When a function is called, the stack frame looks like this (x86-64):

  High addresses (bottom of stack)
┌──────────────────────┐
│   Caller's frame     │
├──────────────────────┤
│   Arguments > 6      │  (pushed right to left, if any)
├──────────────────────┤
│   Return address     │  ← pushed by CALL instruction
├──────────────────────┤
│   Saved RBP          │  ← pushed by function prologue
├──────────────────────┤  ← RBP points here
│   Local variable 1   │
│   Local variable 2   │
│   ...                │
│   Buffer             │
├──────────────────────┤  ← RSP points here
  Low addresses (top of stack)

Function Prologue and Epilogue

; Prologue — set up frame
push rbp           ; save caller's base pointer
mov  rbp, rsp      ; set new base pointer
sub  rsp, 0x40     ; allocate 64 bytes for local variables

; ... function body ...

; Epilogue — tear down frame
leave              ; equivalent to: mov rsp, rbp; pop rbp
ret                ; pop return address into RIP

The ret instruction pops the top of the stack into RIP. If an attacker overwrites the saved return address on the stack, ret will jump to the attacker-controlled address.

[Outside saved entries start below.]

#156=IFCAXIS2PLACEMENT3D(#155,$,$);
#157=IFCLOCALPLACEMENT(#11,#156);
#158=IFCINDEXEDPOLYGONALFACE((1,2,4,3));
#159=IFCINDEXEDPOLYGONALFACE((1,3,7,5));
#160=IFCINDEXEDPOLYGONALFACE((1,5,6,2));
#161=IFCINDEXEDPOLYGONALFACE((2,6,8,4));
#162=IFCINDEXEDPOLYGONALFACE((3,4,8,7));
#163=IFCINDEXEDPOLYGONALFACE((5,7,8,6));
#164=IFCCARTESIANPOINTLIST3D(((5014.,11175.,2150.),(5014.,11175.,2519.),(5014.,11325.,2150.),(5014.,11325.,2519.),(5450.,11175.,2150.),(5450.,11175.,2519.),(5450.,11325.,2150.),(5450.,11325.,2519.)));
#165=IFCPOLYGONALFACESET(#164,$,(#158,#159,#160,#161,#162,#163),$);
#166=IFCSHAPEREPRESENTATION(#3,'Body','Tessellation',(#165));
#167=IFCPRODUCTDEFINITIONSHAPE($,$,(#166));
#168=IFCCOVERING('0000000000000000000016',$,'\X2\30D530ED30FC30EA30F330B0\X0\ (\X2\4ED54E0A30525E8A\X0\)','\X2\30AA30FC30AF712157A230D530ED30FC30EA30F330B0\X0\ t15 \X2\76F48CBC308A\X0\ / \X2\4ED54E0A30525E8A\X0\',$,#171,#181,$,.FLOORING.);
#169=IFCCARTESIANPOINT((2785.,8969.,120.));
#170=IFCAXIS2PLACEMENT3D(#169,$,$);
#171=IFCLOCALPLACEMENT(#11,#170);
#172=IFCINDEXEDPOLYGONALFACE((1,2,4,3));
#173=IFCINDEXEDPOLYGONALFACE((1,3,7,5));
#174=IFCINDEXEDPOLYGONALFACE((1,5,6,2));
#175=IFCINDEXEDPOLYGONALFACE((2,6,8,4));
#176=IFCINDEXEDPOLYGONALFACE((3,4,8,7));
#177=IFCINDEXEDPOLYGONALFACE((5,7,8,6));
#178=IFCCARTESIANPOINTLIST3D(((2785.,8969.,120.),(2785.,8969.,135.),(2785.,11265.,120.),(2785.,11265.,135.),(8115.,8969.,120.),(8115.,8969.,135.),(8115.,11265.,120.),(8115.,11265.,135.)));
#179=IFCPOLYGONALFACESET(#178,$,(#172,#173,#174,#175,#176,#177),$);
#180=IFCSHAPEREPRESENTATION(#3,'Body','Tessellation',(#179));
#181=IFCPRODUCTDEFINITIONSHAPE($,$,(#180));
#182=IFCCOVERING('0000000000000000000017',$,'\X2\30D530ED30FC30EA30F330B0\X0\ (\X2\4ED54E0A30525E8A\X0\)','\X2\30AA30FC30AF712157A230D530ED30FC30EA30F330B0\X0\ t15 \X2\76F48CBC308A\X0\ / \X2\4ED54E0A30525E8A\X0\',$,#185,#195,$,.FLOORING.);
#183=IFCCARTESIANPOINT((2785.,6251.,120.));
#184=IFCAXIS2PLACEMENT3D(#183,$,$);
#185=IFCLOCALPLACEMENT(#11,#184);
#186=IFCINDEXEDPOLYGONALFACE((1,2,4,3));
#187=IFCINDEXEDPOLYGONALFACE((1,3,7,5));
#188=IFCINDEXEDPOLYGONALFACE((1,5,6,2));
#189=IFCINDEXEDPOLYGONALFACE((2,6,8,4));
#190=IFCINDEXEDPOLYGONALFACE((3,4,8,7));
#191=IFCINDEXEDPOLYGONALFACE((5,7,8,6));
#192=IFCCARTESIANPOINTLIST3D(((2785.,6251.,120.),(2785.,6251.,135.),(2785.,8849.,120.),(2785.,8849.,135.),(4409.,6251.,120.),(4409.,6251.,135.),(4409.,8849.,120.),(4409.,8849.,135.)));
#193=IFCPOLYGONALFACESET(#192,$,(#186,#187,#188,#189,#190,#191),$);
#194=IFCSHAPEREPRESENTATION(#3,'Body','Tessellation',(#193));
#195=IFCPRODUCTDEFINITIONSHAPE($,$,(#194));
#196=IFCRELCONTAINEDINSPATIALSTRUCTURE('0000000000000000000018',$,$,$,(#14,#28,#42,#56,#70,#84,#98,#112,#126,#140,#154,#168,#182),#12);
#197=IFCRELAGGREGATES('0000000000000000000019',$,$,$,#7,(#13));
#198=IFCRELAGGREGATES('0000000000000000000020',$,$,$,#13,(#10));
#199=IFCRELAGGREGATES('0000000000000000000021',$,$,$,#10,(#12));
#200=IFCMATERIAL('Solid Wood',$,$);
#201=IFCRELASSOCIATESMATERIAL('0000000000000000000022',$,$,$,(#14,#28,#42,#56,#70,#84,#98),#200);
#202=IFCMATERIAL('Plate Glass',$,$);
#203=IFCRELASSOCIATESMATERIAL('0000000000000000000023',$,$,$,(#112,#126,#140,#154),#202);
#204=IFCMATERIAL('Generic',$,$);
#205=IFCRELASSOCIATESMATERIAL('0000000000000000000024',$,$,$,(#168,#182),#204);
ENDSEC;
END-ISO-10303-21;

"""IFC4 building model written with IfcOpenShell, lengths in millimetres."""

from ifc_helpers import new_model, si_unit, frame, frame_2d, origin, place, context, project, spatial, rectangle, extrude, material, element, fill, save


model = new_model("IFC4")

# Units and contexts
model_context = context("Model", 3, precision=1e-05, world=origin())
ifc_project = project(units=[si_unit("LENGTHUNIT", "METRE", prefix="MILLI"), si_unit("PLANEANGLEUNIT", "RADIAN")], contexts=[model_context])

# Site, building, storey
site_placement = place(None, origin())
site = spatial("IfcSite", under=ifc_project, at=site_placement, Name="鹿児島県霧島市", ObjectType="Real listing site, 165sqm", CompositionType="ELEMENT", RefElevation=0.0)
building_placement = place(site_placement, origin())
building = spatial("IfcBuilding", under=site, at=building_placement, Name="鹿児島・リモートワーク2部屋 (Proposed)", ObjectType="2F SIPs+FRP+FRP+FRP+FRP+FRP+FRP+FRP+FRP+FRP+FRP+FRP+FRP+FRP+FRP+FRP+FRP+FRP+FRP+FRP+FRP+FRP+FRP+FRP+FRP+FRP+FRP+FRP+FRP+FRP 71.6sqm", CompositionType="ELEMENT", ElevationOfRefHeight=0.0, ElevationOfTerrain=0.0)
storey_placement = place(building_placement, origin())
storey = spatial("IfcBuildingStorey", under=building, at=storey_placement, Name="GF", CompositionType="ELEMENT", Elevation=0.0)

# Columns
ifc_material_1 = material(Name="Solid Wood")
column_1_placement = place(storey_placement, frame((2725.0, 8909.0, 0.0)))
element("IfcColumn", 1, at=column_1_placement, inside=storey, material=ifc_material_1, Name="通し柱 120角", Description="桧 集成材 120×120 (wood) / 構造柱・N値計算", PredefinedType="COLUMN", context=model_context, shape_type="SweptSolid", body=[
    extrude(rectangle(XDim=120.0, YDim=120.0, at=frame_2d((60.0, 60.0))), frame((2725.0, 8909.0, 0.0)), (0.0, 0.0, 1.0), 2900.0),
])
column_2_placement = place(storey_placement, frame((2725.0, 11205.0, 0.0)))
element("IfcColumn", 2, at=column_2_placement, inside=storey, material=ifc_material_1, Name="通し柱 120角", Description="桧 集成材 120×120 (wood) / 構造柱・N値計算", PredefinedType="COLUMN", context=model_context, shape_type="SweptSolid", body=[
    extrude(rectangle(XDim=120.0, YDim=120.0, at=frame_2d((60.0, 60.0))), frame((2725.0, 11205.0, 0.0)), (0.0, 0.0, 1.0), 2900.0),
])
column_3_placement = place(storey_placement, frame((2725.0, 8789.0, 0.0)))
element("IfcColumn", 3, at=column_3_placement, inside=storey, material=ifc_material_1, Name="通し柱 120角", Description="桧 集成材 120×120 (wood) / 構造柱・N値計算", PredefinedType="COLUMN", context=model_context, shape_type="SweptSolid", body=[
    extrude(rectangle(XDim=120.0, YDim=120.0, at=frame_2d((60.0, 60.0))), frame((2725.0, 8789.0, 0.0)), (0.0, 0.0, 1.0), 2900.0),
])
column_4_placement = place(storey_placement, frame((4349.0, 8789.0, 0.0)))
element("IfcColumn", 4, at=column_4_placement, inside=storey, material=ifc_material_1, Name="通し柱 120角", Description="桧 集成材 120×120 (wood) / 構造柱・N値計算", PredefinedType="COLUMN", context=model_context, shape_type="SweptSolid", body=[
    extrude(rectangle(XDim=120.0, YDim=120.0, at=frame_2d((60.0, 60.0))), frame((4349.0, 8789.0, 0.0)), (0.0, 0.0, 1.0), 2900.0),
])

GDB Quick Reference for Memory Inspection

# GDB
# https://www.gnu.org/software/gdb/
gdb ./binary

# Set Intel syntax (easier to read for exploit dev)
(gdb) set disassembly-flavor intel

# Disassemble a function
(gdb) disassemble main
(gdb) disassemble vulnerable

# Set a breakpoint
(gdb) break *0x401150
(gdb) break vulnerable

# Run with arguments
(gdb) run AAAA

# Examine registers
(gdb) info registers
(gdb) info registers rsp rbp rip

# Examine memory
(gdb) x/20xw $rsp          # 20 words in hex at RSP
(gdb) x/10xg $rsp          # 10 giant (8-byte) words at RSP
(gdb) x/s $rdi             # string at RDI
(gdb) x/10i $rip           # 10 instructions at RIP

# Step execution
(gdb) si                    # single instruction
(gdb) ni                    # next instruction (skip calls)
(gdb) c                     # continue

# Print expression
(gdb) print $rbp - $rsp     # distance between frame pointers
(gdb) print/x $rsp          # RSP in hex

x86 vs x86-64 Key Differences

Feature x86 (32-bit) x86-64 (64-bit)
Address size 4 bytes 8 bytes
Register names EAX, EBX, ESP, EBP, EIP RAX, RBX, RSP, RBP, RIP
Calling convention Arguments on stack First 6 in registers
Stack alignment 4-byte 16-byte (before CALL)
Syscall instruction int 0x80 syscall
Return address size 4 bytes 8 bytes
Packing function p32() in pwntools p64() in pwntools

On x86-64, addresses often contain null bytes (e.g., 0x0000000000401234), which complicates exploits that use string functions — strcpy stops at null.